But my average friend that would go look at my Flickr photos can't figure out
how to navigate or download full-resolution. (That's mostly other parents.)

Leaving Flickr pro does mean losing letting other people download full-
resolution of my photos, but I can only think of a handful of photos where
that impacts me. I can upload those other places for free. It does mean only
seeing my last 200 photos in my photostream, but apparently all my photos
already added to groups will remain visible in the group pools. There's some
other pro benefits like number of sets, set size, video length, etc. that I
don't think will bother me at all.

I think they're in a tough spot of giving too much to free users and not
enough benefit to Pro users. I can't argue with their price though. I've
considered dropping pro before but $29 for the year is an easy payment to
make. The last two years I've just shrugged and payed it rather than deal with
it.

------
TanisDLC
I feel that Flickr is going about it all wrong.
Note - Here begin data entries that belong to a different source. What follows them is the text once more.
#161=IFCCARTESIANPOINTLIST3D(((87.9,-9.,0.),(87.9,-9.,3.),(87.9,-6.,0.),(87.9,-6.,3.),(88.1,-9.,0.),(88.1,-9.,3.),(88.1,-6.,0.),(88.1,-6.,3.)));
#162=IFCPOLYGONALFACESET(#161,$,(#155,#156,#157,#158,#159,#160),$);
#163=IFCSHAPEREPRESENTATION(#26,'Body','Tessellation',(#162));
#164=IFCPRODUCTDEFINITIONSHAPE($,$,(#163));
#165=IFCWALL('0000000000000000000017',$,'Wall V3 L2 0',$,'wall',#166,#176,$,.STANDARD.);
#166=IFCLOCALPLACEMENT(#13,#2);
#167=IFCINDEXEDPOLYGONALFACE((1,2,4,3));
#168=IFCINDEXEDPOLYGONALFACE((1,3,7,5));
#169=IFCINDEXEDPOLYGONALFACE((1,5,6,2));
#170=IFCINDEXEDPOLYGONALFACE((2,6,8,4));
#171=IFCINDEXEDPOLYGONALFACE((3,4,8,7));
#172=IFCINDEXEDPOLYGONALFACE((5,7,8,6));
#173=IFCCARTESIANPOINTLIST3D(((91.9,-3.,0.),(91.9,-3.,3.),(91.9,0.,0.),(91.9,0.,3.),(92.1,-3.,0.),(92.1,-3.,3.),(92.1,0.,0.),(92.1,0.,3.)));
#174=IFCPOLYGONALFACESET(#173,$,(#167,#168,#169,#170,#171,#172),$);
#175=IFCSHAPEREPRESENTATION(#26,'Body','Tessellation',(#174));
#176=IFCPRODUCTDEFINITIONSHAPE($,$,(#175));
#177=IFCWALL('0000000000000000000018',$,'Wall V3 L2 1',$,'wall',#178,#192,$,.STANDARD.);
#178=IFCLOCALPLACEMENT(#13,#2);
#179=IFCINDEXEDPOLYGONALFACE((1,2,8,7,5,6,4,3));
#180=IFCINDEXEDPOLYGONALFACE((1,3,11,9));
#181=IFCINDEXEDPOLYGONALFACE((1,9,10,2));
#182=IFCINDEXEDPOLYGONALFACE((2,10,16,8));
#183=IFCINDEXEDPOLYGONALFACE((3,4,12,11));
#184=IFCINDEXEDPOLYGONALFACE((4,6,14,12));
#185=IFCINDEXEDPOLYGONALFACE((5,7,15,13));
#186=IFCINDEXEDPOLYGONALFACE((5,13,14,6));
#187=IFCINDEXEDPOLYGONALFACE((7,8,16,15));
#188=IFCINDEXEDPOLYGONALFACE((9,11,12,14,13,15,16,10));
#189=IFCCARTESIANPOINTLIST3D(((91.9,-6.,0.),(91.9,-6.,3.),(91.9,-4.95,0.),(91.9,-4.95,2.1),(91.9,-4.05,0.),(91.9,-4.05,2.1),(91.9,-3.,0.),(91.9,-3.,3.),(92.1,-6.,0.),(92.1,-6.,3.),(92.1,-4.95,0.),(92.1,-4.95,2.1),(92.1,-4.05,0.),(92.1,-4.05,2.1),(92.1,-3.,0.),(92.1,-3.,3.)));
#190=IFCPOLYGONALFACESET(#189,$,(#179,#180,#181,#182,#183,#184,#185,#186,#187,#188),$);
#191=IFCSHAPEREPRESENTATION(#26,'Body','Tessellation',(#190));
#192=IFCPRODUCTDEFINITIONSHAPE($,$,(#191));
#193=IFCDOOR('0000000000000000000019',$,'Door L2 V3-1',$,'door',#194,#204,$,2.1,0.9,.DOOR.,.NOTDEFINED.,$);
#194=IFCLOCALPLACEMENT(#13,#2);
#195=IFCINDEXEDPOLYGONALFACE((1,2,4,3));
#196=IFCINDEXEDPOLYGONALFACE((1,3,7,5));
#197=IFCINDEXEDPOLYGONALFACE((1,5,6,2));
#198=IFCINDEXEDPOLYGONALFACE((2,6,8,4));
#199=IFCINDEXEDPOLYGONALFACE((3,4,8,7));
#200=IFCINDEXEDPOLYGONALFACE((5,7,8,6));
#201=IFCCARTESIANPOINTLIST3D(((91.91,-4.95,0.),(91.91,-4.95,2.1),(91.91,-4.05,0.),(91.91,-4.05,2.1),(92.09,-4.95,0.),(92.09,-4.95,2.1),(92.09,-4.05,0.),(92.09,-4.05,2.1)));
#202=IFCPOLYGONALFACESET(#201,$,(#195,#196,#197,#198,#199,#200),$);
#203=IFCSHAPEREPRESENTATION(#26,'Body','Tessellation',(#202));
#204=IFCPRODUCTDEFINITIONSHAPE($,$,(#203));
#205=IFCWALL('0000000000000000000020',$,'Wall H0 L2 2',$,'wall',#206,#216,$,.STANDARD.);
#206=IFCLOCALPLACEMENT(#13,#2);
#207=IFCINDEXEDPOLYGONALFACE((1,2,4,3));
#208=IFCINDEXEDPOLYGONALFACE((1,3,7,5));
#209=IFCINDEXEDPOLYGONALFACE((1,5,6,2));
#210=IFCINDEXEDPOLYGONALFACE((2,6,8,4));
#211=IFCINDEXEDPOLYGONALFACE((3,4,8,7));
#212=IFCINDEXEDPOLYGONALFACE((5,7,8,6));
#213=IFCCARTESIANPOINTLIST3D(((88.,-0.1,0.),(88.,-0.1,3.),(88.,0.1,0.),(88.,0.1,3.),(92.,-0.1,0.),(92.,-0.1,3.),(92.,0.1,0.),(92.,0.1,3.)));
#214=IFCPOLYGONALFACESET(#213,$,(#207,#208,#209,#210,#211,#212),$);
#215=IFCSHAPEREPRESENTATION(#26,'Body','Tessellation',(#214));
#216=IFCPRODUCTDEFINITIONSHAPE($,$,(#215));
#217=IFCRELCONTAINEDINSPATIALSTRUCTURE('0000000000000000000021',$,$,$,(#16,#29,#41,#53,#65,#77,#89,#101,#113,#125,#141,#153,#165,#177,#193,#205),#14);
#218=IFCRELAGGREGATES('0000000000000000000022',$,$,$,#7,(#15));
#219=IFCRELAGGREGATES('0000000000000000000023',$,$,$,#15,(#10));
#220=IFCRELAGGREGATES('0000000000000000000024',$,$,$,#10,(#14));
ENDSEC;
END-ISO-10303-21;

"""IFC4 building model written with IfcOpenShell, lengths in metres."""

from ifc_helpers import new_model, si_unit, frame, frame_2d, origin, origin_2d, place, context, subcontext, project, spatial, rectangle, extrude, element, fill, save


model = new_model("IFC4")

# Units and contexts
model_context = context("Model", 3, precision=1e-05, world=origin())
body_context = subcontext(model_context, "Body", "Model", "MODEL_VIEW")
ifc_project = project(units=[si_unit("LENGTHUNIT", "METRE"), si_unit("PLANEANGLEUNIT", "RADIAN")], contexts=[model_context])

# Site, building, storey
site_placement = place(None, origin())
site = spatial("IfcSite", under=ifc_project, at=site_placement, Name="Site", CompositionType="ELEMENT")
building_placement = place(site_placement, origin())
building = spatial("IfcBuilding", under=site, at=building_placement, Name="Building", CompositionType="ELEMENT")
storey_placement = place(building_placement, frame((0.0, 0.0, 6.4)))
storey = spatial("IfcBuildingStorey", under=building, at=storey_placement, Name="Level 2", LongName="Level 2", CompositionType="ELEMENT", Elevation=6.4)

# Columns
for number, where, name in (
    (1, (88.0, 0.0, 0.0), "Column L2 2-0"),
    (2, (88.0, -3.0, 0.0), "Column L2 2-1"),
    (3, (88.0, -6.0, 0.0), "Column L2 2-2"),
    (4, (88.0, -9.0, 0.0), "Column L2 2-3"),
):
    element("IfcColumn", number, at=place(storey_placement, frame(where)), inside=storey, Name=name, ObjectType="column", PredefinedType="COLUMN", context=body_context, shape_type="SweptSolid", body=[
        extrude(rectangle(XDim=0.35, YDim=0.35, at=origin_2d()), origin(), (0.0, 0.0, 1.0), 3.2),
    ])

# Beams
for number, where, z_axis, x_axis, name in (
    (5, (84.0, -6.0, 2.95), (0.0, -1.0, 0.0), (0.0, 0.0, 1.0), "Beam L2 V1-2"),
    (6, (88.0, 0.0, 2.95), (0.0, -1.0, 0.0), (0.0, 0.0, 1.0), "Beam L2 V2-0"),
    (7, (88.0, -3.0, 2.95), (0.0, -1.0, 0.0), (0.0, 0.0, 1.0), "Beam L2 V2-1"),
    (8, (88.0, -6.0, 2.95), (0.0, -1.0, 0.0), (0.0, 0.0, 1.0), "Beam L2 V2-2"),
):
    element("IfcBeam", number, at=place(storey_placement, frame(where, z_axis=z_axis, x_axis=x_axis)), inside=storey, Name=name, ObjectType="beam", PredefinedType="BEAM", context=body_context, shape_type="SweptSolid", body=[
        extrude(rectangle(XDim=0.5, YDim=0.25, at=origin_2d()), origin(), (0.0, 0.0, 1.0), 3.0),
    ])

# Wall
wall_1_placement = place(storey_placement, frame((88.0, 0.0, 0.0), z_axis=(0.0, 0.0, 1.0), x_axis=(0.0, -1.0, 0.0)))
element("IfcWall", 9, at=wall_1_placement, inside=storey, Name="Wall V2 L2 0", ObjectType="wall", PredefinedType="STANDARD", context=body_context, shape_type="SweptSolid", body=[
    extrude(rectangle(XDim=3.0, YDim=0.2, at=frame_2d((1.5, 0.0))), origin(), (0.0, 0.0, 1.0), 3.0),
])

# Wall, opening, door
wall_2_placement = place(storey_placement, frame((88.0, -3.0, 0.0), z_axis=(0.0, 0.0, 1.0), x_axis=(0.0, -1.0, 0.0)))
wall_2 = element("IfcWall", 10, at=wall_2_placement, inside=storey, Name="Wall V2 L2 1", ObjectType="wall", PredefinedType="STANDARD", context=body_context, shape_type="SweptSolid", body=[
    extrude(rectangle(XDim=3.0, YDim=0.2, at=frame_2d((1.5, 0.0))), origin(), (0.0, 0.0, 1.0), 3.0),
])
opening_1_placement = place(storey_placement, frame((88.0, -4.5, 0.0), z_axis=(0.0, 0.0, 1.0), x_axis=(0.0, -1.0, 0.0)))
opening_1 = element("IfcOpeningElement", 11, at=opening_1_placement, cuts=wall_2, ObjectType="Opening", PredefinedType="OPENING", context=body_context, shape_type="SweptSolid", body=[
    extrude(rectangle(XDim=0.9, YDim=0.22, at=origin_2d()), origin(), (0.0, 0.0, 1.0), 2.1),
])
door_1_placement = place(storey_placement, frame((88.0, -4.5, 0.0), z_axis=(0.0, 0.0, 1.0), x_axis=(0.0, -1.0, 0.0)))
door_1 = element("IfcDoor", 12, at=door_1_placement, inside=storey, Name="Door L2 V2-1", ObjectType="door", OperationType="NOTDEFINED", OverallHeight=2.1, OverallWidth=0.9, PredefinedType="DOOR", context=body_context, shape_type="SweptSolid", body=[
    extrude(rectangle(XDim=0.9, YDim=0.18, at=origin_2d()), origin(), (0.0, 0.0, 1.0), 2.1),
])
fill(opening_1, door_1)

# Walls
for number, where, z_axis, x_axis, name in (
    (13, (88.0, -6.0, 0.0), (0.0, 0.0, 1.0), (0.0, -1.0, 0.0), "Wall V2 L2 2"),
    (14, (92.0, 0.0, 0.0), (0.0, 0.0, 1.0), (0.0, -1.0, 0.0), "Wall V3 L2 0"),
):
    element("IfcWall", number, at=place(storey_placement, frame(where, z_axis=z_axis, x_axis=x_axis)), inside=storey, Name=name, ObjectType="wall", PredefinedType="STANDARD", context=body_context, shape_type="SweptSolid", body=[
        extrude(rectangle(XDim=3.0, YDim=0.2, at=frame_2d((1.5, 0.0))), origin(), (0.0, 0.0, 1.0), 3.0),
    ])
They host pictures, but they
lack focus. IMHO they should begin offering ways for their hobbyist audience
to make money.

1) Allow companies to post picture descriptions they want, and allow Flickr
users submit entries for those requests. Companies can buy the images they
want; Flickr makes a small royalty per transaction.

2) Host a Stock Photo interface for users who want to participate. Users who
submit entries for photo requests, which are not accepted, can be moved to
their stock area.

3) Use their audience to build an online photography service directory -
complete with galleries for each photographer represented. Allow customers to
book and rate directly through the site.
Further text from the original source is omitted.